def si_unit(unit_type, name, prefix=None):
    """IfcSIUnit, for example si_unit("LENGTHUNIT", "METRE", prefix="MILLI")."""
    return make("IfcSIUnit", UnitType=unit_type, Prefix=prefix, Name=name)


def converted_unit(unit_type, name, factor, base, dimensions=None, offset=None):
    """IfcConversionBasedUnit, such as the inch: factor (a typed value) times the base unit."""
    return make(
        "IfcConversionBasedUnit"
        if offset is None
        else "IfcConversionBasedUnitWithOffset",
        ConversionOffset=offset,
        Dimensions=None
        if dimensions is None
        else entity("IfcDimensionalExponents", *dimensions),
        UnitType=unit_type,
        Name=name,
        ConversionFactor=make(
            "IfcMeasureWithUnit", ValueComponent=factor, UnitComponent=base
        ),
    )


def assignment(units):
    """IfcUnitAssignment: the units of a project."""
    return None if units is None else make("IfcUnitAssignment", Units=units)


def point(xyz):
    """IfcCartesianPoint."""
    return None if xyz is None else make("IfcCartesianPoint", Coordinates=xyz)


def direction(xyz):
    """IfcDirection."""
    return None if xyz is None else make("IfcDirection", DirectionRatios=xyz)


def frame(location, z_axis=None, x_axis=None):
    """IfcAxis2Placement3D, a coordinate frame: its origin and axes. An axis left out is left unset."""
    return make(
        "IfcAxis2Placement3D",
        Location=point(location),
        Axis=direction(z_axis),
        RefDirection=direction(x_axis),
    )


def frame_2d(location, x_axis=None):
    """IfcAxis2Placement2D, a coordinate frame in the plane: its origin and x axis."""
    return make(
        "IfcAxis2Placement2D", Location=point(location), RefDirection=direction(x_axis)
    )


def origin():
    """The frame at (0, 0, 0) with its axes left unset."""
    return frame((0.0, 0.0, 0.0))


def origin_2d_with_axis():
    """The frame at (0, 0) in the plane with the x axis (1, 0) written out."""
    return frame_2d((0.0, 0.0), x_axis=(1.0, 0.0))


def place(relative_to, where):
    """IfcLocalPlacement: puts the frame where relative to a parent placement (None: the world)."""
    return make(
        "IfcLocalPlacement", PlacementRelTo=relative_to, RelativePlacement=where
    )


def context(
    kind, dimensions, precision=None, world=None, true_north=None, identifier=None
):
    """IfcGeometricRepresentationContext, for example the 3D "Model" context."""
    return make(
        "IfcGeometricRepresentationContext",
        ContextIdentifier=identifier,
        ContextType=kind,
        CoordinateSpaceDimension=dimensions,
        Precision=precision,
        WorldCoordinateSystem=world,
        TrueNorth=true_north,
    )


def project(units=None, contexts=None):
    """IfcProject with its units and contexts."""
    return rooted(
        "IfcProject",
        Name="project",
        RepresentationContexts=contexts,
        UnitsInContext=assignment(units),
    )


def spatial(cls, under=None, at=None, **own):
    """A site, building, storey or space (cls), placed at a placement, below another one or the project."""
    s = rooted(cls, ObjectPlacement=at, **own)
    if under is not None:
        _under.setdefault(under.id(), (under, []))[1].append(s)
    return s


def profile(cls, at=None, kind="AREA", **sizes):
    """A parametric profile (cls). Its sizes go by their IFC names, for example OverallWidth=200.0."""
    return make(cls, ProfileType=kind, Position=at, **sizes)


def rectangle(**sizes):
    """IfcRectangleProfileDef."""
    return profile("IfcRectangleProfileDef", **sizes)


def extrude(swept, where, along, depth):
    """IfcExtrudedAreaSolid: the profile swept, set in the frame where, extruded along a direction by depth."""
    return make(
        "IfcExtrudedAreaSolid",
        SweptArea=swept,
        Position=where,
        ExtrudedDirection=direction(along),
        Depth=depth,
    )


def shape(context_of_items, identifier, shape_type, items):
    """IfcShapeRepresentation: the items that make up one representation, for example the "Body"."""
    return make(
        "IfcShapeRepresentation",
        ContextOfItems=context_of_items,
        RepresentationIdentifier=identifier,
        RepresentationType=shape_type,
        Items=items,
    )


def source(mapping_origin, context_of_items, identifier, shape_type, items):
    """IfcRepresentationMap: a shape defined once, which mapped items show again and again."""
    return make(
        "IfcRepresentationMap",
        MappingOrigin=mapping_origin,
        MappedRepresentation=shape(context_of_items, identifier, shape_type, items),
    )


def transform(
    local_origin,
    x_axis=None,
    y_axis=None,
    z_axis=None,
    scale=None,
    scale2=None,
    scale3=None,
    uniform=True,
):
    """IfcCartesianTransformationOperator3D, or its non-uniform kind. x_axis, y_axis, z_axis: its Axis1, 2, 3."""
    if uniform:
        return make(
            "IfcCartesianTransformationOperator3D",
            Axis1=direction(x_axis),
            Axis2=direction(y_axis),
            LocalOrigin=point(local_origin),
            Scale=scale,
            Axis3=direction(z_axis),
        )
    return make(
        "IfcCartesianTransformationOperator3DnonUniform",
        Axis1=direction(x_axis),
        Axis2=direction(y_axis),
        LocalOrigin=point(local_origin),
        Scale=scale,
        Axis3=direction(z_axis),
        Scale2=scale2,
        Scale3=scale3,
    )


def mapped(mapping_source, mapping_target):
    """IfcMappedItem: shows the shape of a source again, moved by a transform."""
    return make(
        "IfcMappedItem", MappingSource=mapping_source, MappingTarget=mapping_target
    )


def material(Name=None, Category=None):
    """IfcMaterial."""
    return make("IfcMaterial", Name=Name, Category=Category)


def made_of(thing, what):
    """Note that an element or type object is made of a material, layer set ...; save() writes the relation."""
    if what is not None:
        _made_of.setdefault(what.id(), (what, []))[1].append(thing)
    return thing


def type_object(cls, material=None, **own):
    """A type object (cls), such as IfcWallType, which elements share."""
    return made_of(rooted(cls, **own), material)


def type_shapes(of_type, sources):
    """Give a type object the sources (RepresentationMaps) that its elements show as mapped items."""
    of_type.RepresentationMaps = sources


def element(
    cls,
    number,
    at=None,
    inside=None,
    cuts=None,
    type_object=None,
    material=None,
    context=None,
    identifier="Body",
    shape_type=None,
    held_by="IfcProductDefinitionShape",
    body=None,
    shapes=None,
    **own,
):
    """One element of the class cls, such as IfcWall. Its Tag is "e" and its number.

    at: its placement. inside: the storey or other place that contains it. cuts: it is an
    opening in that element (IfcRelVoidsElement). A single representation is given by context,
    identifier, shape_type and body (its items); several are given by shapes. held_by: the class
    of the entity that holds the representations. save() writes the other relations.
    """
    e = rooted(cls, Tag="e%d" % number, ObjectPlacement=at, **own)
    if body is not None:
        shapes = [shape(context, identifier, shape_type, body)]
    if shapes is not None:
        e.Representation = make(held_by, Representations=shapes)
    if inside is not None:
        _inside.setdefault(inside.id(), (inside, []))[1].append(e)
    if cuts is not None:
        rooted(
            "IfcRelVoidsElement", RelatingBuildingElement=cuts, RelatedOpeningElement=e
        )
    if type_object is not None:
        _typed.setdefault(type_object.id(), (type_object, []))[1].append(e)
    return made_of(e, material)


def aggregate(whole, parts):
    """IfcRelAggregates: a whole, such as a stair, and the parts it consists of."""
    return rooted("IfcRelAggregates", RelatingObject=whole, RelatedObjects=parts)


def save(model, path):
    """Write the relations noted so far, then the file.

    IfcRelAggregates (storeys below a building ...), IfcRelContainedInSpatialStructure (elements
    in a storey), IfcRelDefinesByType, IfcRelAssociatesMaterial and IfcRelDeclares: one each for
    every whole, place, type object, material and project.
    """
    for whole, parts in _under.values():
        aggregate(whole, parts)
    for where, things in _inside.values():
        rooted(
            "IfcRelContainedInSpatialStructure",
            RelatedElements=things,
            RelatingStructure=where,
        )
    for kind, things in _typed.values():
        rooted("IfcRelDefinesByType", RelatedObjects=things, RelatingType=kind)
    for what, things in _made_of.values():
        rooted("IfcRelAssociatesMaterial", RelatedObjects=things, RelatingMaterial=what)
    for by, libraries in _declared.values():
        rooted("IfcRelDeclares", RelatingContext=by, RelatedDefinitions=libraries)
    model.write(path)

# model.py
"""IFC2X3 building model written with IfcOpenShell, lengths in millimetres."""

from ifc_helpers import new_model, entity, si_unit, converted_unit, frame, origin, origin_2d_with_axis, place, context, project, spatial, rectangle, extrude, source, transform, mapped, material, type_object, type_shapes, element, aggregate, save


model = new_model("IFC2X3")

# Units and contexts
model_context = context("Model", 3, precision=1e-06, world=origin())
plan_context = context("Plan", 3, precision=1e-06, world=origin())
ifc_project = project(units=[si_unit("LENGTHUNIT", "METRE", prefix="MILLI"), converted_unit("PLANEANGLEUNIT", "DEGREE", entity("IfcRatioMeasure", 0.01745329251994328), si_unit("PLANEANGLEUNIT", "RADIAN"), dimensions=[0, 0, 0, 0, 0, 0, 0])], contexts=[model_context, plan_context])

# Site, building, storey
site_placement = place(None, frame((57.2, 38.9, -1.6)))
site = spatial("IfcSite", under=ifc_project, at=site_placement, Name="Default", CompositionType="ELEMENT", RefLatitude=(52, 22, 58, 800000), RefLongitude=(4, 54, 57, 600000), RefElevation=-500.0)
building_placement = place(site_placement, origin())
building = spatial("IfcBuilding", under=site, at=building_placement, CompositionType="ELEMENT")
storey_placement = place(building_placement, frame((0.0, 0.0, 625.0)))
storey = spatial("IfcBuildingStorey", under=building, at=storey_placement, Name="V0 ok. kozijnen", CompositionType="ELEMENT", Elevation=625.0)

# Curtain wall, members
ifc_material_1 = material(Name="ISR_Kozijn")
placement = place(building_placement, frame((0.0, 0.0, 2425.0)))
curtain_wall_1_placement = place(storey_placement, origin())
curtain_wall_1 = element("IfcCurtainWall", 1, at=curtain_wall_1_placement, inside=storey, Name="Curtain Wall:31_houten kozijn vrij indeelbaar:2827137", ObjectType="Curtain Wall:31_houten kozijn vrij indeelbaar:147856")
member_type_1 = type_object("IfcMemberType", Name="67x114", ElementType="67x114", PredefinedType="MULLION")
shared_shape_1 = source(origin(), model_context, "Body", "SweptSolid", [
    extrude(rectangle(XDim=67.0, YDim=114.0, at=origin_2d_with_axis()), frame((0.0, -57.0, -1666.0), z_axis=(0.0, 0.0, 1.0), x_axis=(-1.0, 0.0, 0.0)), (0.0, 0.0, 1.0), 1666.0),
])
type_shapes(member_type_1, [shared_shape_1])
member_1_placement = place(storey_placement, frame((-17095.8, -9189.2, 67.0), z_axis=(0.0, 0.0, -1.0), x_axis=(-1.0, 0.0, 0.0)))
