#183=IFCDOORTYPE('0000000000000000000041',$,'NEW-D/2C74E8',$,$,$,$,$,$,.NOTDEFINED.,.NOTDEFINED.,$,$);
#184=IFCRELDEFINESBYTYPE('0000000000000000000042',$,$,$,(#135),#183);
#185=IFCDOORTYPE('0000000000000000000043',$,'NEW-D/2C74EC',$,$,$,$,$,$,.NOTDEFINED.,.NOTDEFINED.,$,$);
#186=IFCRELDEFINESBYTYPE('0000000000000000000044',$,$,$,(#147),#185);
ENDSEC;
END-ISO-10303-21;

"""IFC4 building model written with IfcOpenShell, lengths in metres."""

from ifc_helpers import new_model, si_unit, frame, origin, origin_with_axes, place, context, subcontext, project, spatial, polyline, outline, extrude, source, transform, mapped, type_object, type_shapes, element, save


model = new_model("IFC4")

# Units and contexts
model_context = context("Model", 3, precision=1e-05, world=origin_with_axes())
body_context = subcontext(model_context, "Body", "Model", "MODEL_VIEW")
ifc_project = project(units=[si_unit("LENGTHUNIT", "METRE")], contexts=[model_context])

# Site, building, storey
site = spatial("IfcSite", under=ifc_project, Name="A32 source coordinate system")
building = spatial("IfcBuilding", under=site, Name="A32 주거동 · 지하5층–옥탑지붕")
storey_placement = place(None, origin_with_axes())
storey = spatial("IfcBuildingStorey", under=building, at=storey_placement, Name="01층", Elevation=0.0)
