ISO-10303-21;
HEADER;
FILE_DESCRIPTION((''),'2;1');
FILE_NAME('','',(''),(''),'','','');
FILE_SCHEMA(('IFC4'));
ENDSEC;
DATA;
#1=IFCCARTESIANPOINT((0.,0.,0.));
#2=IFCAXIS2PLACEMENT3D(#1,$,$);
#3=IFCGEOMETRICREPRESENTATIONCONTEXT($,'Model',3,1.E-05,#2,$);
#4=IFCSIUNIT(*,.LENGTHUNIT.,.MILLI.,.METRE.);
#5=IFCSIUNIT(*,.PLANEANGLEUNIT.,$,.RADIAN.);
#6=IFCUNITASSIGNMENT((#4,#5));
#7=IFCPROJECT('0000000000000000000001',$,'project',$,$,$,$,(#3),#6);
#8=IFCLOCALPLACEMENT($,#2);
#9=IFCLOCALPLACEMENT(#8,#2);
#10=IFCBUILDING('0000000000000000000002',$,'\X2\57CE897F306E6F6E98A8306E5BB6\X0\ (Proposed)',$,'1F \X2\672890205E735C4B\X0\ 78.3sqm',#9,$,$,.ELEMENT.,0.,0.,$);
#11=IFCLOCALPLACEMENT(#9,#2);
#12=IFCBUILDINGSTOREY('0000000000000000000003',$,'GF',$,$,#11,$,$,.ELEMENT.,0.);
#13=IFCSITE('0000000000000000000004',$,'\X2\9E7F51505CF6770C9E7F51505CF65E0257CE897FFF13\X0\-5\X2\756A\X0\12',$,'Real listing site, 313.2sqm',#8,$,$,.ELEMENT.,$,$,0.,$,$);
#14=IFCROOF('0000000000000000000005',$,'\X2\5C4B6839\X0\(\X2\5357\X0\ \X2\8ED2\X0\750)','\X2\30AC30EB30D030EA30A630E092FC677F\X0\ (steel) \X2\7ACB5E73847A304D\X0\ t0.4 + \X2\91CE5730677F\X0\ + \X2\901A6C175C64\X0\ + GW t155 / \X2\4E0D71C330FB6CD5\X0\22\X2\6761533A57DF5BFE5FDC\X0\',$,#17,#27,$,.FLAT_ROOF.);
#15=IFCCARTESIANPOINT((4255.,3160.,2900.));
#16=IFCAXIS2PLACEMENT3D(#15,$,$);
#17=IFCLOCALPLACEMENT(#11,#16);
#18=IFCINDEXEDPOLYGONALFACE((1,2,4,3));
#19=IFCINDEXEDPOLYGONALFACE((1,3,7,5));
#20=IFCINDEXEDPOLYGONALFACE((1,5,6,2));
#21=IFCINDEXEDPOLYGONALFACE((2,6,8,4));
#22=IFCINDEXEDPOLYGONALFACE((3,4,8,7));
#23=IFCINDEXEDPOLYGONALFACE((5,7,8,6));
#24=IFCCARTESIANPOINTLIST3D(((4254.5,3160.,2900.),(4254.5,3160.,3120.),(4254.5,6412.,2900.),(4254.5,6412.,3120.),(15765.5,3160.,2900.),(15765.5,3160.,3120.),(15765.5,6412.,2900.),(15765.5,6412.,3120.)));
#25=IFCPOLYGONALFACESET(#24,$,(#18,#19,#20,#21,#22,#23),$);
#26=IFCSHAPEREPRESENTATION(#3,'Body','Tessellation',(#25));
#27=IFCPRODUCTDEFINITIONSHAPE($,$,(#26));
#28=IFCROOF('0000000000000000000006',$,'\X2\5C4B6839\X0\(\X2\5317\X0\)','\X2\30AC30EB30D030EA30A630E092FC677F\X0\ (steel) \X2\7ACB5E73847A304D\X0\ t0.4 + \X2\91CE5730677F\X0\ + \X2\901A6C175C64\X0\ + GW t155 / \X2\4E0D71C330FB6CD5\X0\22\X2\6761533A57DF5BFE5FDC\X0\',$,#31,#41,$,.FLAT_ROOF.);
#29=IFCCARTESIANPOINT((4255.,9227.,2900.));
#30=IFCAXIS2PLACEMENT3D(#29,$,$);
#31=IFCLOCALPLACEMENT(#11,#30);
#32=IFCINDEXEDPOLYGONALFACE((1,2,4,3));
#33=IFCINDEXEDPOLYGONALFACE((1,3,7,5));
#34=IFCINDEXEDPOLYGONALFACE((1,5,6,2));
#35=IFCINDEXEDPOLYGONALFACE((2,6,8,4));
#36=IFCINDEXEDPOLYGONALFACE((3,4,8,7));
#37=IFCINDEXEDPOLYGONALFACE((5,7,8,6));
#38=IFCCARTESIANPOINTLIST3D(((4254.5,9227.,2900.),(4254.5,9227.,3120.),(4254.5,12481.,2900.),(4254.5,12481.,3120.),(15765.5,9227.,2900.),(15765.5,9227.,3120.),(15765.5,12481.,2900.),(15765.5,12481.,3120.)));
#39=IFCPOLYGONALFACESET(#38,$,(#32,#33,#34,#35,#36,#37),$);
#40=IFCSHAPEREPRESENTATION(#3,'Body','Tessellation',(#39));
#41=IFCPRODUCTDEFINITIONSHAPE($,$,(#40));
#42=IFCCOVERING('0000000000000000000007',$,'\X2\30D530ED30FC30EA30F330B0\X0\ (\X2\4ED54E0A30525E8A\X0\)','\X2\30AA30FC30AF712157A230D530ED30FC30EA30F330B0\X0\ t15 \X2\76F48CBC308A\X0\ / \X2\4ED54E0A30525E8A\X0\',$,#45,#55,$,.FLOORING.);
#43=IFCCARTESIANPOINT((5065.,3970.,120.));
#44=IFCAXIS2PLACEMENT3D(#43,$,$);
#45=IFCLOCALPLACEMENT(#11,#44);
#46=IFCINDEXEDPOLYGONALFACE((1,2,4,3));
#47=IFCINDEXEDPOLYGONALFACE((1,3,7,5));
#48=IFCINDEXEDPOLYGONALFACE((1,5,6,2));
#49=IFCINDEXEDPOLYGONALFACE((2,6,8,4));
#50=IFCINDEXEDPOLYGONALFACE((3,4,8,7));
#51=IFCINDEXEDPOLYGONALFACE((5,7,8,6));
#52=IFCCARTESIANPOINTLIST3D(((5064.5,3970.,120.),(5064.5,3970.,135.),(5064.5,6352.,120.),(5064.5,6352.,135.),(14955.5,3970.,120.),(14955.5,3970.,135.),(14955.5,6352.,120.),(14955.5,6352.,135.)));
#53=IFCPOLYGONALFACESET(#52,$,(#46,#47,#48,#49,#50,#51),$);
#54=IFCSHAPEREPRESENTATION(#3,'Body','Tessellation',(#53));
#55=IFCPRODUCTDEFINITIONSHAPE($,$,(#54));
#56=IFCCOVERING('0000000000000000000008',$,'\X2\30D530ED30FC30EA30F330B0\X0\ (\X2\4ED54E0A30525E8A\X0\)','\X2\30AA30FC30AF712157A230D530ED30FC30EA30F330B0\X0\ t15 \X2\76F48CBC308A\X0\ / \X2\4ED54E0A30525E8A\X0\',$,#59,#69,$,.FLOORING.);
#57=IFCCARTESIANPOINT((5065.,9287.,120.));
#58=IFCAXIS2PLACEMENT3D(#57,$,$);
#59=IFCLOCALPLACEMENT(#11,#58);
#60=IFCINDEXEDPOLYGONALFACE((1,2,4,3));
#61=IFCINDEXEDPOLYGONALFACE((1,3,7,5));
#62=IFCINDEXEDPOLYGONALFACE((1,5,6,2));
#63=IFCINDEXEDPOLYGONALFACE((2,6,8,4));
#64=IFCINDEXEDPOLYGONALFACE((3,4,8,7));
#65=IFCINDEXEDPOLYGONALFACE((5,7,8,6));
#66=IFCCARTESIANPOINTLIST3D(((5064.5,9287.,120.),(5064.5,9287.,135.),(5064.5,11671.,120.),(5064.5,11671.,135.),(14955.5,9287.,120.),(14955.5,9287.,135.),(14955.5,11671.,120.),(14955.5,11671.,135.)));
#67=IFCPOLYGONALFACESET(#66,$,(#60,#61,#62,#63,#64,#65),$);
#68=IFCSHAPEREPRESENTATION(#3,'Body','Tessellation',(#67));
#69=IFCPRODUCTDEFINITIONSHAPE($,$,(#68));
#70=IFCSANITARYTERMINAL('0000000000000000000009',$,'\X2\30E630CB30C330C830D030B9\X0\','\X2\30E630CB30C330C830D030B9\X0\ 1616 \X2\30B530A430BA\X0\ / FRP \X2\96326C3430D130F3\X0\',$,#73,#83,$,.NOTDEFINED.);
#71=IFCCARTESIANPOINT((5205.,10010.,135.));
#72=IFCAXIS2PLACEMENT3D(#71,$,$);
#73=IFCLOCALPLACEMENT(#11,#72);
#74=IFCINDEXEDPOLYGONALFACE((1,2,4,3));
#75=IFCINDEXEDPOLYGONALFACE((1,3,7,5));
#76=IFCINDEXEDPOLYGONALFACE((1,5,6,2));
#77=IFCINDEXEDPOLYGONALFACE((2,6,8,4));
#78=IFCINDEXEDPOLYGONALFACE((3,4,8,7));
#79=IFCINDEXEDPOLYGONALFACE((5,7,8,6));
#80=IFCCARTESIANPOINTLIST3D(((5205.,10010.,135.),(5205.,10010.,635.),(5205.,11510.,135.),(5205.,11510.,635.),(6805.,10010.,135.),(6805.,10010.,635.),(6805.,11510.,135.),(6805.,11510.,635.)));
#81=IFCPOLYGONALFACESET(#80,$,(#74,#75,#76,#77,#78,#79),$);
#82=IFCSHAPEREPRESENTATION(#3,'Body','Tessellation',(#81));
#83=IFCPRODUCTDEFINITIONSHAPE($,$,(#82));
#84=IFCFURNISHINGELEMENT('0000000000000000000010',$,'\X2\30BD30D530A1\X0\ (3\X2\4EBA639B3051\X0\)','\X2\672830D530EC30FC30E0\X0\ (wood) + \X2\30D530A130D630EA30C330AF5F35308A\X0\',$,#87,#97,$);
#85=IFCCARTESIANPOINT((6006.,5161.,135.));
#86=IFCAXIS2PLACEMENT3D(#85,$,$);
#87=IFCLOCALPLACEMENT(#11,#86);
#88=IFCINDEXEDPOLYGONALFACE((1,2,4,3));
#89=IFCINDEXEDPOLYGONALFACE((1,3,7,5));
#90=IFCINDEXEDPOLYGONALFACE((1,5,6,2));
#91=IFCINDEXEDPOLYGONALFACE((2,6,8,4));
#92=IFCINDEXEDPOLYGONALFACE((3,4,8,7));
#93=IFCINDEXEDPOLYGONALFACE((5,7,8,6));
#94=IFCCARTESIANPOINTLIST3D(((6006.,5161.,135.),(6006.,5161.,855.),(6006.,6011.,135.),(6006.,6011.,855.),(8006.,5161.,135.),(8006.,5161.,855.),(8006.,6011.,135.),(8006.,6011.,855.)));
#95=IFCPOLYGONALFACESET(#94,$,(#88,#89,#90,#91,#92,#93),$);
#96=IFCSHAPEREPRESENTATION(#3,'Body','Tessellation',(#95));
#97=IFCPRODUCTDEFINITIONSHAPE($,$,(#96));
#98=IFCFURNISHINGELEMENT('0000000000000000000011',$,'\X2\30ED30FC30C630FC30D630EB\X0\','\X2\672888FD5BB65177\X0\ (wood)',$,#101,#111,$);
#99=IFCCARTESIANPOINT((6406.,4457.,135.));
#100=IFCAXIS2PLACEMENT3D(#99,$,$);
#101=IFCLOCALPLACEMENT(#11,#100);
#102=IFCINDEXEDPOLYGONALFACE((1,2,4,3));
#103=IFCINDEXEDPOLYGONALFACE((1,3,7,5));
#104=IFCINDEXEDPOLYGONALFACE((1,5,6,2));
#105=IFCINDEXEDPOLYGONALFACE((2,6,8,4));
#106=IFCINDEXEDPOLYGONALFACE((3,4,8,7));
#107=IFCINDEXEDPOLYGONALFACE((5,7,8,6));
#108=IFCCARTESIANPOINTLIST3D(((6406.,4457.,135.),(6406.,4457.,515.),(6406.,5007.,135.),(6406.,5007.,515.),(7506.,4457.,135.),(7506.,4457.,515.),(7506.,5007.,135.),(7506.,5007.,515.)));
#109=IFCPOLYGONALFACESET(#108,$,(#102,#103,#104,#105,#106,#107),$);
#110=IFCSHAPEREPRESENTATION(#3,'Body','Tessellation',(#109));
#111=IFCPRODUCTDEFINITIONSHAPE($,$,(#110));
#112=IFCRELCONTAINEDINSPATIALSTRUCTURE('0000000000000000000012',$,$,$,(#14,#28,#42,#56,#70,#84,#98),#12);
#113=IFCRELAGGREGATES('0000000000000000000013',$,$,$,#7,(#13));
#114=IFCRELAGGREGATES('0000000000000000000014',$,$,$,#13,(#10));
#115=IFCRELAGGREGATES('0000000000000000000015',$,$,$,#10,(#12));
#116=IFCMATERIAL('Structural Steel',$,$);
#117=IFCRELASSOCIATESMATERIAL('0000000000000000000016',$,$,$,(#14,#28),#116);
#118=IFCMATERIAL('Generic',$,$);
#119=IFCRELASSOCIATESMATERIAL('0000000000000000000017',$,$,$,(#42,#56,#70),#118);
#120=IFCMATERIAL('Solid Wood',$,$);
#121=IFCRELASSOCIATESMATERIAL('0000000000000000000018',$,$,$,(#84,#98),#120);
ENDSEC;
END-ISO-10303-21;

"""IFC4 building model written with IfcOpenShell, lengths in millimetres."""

from ifc_helpers import new_model, si_unit, frame, frame_2d, origin, place, context, project, spatial, rectangle, extrude, material, element, save


model = new_model("IFC4")

# Units and contexts
model_context = context("Model", 3, precision=1e-05, world=origin())
ifc_project = project(units=[si_unit("LENGTHUNIT", "METRE", prefix="MILLI"), si_unit("PLANEANGLEUNIT", "RADIAN")], contexts=[model_context])

# Site, building, storey
site_placement = place(None, origin())
site = spatial("IfcSite", under=ifc_project, at=site_placement, Name="鹿児島県鹿児島市城西３-5番12", ObjectType="Real listing site, 313.2sqm", CompositionType="ELEMENT", RefElevation=0.0)
building_placement = place(site_placement, origin())
building = spatial("IfcBuilding", under=site, at=building_placement, Name="城西の潮風の家 (Proposed)", ObjectType="1F 木造平屋 78.3sqm", CompositionType="ELEMENT", ElevationOfRefHeight=0.0, ElevationOfTerrain=0.0)
storey_placement = place(building_placement, origin())
storey = spatial("IfcBuildingStorey", under=building, at=storey_placement, Name="GF", CompositionType="ELEMENT", Elevation=0.0)

# Shared definitions
ifc_material_1 = material(Name="Solid Wood")

# Roofs
ifc_material_2 = material(Name="Structural Steel")
roof_1_placement = place(storey_placement, frame((4255.0, 3160.0, 2900.0)))
element("IfcRoof", 1, at=roof_1_placement, inside=storey, material=ifc_material_2, Name="屋根(南 軒750)", Description="ガルバリウム鋼板 (steel) 立平葺き t0.4 + 野地板 + 通気層 + GW t155 / 不燃・法22条区域対応", PredefinedType="FLAT_ROOF", context=model_context, shape_type="SweptSolid", body=[
    extrude(rectangle(XDim=11511.0, YDim=3252.0, at=frame_2d((5755.0, 1626.0))), frame((4255.0, 3160.0, 2900.0)), (0.0, 0.0, 1.0), 220.0),
])
roof_2_placement = place(storey_placement, frame((4255.0, 9227.0, 2900.0)))
element("IfcRoof", 2, at=roof_2_placement, inside=storey, material=ifc_material_2, Name="屋根(北)", Description="ガルバリウム鋼板 (steel) 立平葺き t0.4 + 野地板 + 通気層 + GW t155 / 不燃・法22条区域対応", PredefinedType="FLAT_ROOF", context=model_context, shape_type="SweptSolid", body=[
    extrude(rectangle(XDim=11511.0, YDim=3254.0, at=frame_2d((5755.0, 1627.0))), frame((4255.0, 9227.0, 2900.0)), (0.0, 0.0, 1.0), 220.0),
])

### WORK REQUIRED
Going through the data above, return each line with the word "example".

### WRITTEN SOLUTION
    """IfcSIUnit, for example si_unit("LENGTHUNIT", "METRE", prefix="MILLI")."""
    """IfcGeometricRepresentationContext, for example the 3D "Model" context."""
    """A parametric profile (cls). Its sizes go by their IFC names, for example OverallWidth=200.0."""
    """IfcShapeRepresentation: the items that make up one representation, for example the "Body"."""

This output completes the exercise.